5 responses to “The Christian Year and Social Media”

  1. Jaye Richards-Hill Avatar

    I certainly agree with passive learning… I have called it ‘knowledge Grazing’ in a book I’m working on at the moment…. There’s a bit about this here… http://www.agent4change.net/grapevine/platform/2050-hungry-for-learning-knowledge-grazing-fits-the-bill.html

    And for the church, well, maybe the passive learning paradigm is good.
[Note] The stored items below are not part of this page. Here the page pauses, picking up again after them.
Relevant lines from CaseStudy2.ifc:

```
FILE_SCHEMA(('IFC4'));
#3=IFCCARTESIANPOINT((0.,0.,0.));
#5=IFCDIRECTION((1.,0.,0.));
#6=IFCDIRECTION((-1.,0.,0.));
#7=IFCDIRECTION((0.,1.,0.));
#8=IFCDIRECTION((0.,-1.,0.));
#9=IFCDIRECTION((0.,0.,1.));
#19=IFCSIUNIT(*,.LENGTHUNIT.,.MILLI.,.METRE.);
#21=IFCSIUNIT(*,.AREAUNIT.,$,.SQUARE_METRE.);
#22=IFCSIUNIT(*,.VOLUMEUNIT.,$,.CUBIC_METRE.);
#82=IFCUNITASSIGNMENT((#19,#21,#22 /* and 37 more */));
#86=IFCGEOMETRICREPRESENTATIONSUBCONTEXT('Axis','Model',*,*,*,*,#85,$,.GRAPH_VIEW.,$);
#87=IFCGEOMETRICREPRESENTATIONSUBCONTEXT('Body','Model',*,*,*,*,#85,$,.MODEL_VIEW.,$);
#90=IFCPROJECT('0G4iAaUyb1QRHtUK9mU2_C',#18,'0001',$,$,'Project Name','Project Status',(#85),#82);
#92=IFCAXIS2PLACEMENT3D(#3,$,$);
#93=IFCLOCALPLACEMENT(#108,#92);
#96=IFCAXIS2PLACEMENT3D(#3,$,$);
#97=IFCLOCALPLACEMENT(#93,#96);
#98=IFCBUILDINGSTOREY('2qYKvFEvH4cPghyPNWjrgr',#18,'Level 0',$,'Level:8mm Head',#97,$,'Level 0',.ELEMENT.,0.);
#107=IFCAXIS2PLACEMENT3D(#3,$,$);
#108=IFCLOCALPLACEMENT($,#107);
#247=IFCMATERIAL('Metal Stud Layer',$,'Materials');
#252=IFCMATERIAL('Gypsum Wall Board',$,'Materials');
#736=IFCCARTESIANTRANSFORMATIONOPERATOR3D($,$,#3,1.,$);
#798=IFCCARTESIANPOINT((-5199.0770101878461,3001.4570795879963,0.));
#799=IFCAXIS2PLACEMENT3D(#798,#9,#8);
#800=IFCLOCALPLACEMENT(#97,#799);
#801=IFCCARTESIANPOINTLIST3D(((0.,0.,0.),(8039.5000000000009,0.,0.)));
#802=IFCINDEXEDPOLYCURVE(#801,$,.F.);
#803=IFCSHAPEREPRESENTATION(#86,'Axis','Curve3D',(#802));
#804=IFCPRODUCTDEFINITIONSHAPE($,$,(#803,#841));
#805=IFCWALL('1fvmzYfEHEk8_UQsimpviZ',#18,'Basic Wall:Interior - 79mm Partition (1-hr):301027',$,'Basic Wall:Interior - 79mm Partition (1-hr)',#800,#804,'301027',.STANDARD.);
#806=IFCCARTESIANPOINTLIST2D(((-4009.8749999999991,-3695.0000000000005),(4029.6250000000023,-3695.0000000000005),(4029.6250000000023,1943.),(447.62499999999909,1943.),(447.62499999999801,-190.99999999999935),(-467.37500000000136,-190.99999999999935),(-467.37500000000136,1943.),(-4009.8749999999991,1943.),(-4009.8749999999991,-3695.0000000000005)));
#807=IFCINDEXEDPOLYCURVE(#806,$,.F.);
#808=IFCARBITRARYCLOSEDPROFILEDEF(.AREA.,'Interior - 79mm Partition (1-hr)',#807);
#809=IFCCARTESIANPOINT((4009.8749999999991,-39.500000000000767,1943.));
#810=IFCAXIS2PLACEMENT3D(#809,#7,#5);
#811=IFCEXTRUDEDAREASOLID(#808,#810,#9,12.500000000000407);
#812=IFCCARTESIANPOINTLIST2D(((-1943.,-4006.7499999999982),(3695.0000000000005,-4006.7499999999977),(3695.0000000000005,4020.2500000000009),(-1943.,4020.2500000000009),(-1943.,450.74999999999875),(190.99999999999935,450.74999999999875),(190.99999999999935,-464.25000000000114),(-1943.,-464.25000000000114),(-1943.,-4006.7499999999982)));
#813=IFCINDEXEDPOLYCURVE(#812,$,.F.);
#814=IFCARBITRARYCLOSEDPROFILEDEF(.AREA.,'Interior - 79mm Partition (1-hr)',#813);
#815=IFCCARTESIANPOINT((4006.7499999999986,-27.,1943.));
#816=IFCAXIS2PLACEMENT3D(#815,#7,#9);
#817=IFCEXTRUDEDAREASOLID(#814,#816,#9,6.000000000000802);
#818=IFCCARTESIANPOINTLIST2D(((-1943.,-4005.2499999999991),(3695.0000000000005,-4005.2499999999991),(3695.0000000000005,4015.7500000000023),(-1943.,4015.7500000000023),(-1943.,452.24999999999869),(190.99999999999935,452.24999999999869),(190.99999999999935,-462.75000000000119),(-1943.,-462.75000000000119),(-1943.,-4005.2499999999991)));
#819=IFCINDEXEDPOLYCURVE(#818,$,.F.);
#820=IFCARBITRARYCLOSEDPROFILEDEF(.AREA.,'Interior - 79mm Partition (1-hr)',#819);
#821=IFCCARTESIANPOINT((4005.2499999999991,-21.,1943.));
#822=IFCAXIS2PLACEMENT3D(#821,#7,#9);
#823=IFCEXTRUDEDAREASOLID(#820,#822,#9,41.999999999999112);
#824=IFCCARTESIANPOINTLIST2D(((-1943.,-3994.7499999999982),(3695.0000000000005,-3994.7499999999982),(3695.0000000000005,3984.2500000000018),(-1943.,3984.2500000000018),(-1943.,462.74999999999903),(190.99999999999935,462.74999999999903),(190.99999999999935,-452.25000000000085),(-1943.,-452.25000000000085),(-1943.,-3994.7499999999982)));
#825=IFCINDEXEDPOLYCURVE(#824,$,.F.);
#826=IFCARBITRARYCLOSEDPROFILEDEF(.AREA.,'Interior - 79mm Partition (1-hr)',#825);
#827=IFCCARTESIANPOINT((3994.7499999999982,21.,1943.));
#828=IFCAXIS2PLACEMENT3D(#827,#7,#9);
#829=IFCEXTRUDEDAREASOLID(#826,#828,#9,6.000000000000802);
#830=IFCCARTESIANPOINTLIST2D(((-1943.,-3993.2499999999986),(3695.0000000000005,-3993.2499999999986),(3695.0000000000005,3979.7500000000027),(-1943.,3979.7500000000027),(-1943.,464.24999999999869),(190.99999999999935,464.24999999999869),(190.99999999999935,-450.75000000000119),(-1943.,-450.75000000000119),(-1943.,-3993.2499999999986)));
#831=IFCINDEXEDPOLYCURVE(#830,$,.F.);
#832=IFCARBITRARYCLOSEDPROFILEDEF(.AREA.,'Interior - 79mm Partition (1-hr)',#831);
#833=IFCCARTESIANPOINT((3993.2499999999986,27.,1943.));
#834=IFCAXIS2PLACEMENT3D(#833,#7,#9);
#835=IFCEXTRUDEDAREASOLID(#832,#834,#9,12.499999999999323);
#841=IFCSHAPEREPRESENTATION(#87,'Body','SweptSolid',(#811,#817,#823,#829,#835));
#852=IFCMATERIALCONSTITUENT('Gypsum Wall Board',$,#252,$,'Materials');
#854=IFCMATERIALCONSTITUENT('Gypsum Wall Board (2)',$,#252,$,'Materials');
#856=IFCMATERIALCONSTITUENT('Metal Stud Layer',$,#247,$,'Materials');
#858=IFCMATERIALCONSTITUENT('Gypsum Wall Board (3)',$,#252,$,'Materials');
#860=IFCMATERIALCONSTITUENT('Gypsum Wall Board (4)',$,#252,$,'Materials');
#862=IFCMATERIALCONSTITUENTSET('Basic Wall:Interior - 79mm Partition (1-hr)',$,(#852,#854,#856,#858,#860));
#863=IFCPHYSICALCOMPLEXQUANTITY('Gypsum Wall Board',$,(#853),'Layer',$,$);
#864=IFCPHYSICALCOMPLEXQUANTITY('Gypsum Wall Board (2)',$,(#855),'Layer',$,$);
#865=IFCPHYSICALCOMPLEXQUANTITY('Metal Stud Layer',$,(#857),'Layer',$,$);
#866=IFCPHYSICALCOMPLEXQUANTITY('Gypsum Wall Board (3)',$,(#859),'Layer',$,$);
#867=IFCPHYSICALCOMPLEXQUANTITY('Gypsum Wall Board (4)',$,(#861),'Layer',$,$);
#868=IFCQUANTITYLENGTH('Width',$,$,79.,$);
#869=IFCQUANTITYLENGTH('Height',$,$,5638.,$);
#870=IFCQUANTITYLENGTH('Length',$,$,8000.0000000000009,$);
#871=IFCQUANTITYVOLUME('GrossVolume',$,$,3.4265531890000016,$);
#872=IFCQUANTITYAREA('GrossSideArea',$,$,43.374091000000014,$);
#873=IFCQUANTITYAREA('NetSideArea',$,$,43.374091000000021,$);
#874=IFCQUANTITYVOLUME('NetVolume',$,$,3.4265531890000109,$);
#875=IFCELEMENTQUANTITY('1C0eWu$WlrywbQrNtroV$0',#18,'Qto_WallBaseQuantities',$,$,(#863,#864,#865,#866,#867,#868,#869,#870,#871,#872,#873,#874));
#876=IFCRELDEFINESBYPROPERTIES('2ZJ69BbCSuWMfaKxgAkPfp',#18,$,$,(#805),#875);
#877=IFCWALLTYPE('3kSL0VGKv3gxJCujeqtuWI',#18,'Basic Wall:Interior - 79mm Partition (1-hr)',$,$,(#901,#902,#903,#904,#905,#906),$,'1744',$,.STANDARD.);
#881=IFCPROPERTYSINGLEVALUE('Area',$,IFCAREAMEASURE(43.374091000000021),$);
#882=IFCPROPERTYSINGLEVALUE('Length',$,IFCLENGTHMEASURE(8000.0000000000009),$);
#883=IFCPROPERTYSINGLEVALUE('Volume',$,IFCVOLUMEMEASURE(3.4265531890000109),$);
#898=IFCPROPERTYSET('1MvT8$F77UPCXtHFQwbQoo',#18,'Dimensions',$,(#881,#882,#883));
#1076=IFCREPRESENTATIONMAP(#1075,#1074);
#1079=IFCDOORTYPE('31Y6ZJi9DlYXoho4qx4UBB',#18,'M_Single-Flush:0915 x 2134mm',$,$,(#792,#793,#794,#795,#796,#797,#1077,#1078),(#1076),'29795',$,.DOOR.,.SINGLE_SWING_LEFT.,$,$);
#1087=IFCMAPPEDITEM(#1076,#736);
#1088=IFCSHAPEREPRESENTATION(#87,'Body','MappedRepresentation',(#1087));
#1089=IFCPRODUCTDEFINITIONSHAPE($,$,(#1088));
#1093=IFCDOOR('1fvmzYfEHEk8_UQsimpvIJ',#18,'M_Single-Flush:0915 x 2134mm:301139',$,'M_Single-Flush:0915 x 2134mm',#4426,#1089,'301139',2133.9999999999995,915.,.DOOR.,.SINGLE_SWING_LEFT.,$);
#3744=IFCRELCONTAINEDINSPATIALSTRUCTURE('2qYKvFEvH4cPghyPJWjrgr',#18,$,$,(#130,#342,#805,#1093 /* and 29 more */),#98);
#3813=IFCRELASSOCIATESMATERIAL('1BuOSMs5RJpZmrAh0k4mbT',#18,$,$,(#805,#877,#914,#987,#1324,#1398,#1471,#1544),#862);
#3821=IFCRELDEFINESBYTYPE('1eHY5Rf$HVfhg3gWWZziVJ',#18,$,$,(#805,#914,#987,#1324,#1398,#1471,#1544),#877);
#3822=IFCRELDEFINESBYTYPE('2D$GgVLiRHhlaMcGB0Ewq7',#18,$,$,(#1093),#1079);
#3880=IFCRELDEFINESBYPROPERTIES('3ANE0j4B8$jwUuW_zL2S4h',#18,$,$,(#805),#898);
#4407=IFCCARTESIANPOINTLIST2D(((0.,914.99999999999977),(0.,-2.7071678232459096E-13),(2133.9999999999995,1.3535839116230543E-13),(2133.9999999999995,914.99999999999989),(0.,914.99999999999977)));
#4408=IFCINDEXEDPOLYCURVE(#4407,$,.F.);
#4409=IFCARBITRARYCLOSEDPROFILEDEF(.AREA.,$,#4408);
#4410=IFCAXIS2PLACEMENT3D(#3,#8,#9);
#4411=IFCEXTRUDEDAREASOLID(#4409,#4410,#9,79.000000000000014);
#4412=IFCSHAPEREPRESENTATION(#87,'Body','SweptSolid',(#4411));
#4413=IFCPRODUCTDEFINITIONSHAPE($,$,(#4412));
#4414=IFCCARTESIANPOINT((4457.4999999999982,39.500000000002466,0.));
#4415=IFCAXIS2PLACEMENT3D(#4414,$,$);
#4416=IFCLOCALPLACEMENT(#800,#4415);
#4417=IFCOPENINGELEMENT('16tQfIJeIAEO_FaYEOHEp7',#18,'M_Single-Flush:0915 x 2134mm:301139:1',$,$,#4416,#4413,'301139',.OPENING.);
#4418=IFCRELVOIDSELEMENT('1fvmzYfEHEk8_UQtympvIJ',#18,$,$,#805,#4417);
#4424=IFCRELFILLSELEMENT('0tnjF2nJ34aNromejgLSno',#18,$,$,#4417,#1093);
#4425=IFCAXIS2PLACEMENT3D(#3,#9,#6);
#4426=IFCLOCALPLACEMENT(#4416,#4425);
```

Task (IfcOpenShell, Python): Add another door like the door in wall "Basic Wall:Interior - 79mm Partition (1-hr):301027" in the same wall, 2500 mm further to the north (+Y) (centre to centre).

```python
import ifcopenshell
import ifcopenshell.api.feature
import ifcopenshell.api.geometry
import ifcopenshell.api.pset
import ifcopenshell.api.root
import ifcopenshell.geom
import ifcopenshell.util.element
import ifcopenshell.util.placement
import ifcopenshell.util.shape
import ifcopenshell.util.unit

model = ifcopenshell.open("CaseStudy2.ifc")
area_scale = ifcopenshell.util.unit.calculate_unit_scale(model, "AREAUNIT")
volume_scale = ifcopenshell.util.unit.calculate_unit_scale(model, "VOLUMEUNIT")
settings = ifcopenshell.geom.settings()


def volume(element):
    """Net volume in cubic metres, openings subtracted."""
    shape = ifcopenshell.geom.create_shape(settings, element)
    return ifcopenshell.util.shape.get_volume(shape.geometry)


def reuse_history(source, copy):
    """copy_class also copies each property set's owner history, people and application; keep the originals."""
    for rel in copy.IsDefinedBy:
        if rel.is_a("IfcRelDefinesByProperties") and (history := rel.RelatingPropertyDefinition.OwnerHistory):
            rel.RelatingPropertyDefinition.OwnerHistory = source.OwnerHistory
            ifcopenshell.util.element.remove_deep2(model, history)


door = model.by_guid("1fvmzYfEHEk8_UQsimpvIJ")
opening = door.FillsVoids[0].RelatingOpeningElement
wall = opening.VoidsElements[0].RelatingBuildingElement
before = volume(wall)
shift = ifcopenshell.util.placement.get_local_placement(wall.ObjectPlacement)[:3, 0] * -2500.0

# copy_class copies the void relationship, type, container and properties, but no geometry.
new_opening = ifcopenshell.api.root.copy_class(model, product=opening)
new_opening.Representation = ifcopenshell.util.element.copy_deep(
    model, opening.Representation, exclude=["IfcGeometricRepresentationContext", "IfcRepresentationMap"]
)
new_opening.Name = "M_Single-Flush:0915 x 2134mm"
new_opening.Tag = None
reuse_history(opening, new_opening)
new_door = ifcopenshell.api.root.copy_class(model, product=door)
new_door.Representation = ifcopenshell.util.element.copy_deep(
    model, door.Representation, exclude=["IfcGeometricRepresentationContext", "IfcRepresentationMap"]
)
new_door.Name = "M_Single-Flush:0915 x 2134mm"
new_door.Tag = None
reuse_history(door, new_door)
ifcopenshell.api.feature.add_filling(model, opening=new_opening, element=new_door)

for old, new in ((opening, new_opening), (door, new_door)):
    matrix = ifcopenshell.util.placement.get_local_placement(old.ObjectPlacement)
    matrix[:3, 3] += shift
    ifcopenshell.api.geometry.edit_object_placement(model, product=new, matrix=matrix, is_si=False)

after = volume(wall)
thickness = 0.079  # wall thickness in metres

# Update the wall's stored quantities.
qto = model.by_id(ifcopenshell.util.element.get_pset(wall, "Qto_WallBaseQuantities", should_inherit=False)["id"])
ifcopenshell.api.pset.edit_qto(model, qto=qto, properties={
    "NetSideArea": after / thickness / area_scale,
    "NetVolume": after / volume_scale,
})
pset = model.by_id(ifcopenshell.util.element.get_pset(wall, "Dimensions", should_inherit=False)["id"])
ifcopenshell.api.pset.edit_pset(model, pset=pset, properties={
    "Area": model.create_entity("IfcAreaMeasure", after / thickness / area_scale),
    "Volume": model.create_entity("IfcVolumeMeasure", after / volume_scale),
})

print(f"wall volume {before:.3f} -> {after:.3f} m3")

model.write("CaseStudy2-out.ifc")
```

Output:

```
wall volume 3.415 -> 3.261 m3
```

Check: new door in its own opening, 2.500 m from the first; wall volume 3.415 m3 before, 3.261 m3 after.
You already post the vid of the sermon for folks to watch again and digest – the number of questions people ask you or points they raise with you about the sermon after watching it again would perhaps be an indication as to how much passive church-type learning is taking place?

  2. Margaret of the Sea of Galilee Avatar
    Margaret of the Sea of Galilee

    More especially the internet provides access to the 0.001% (probably less) of the population whose lives – like one’s own – revolve around these things. And exactly which stole who wore last Sunday to reduce everything to such an absurdity which of course is a Christian/liturgical idiosyncracy in itself. “It just encourages them!” as my mother would have said…

  3. Kelvin Avatar

    I’m not sure what you mean, Margaret.

    But you sound sniffy.

    1. Margaret of the Sea of Galilee Avatar
      Margaret of the Sea of Galilee

      That you can find people interested in your own Very Specific Areas of Interest…a good thing but of course encourages you in your idiosyncracies which is less good

      1. Kelvin Holdsworth Avatar

        Ah. I see why I didn’t understand at first Margaret. What I was suggesting was precisely the opposite of what you are saying. I think I learn about all kinds of things (spiritual and otherwise) that I never expected to learn through following interesting people online who have quite different interests to my own.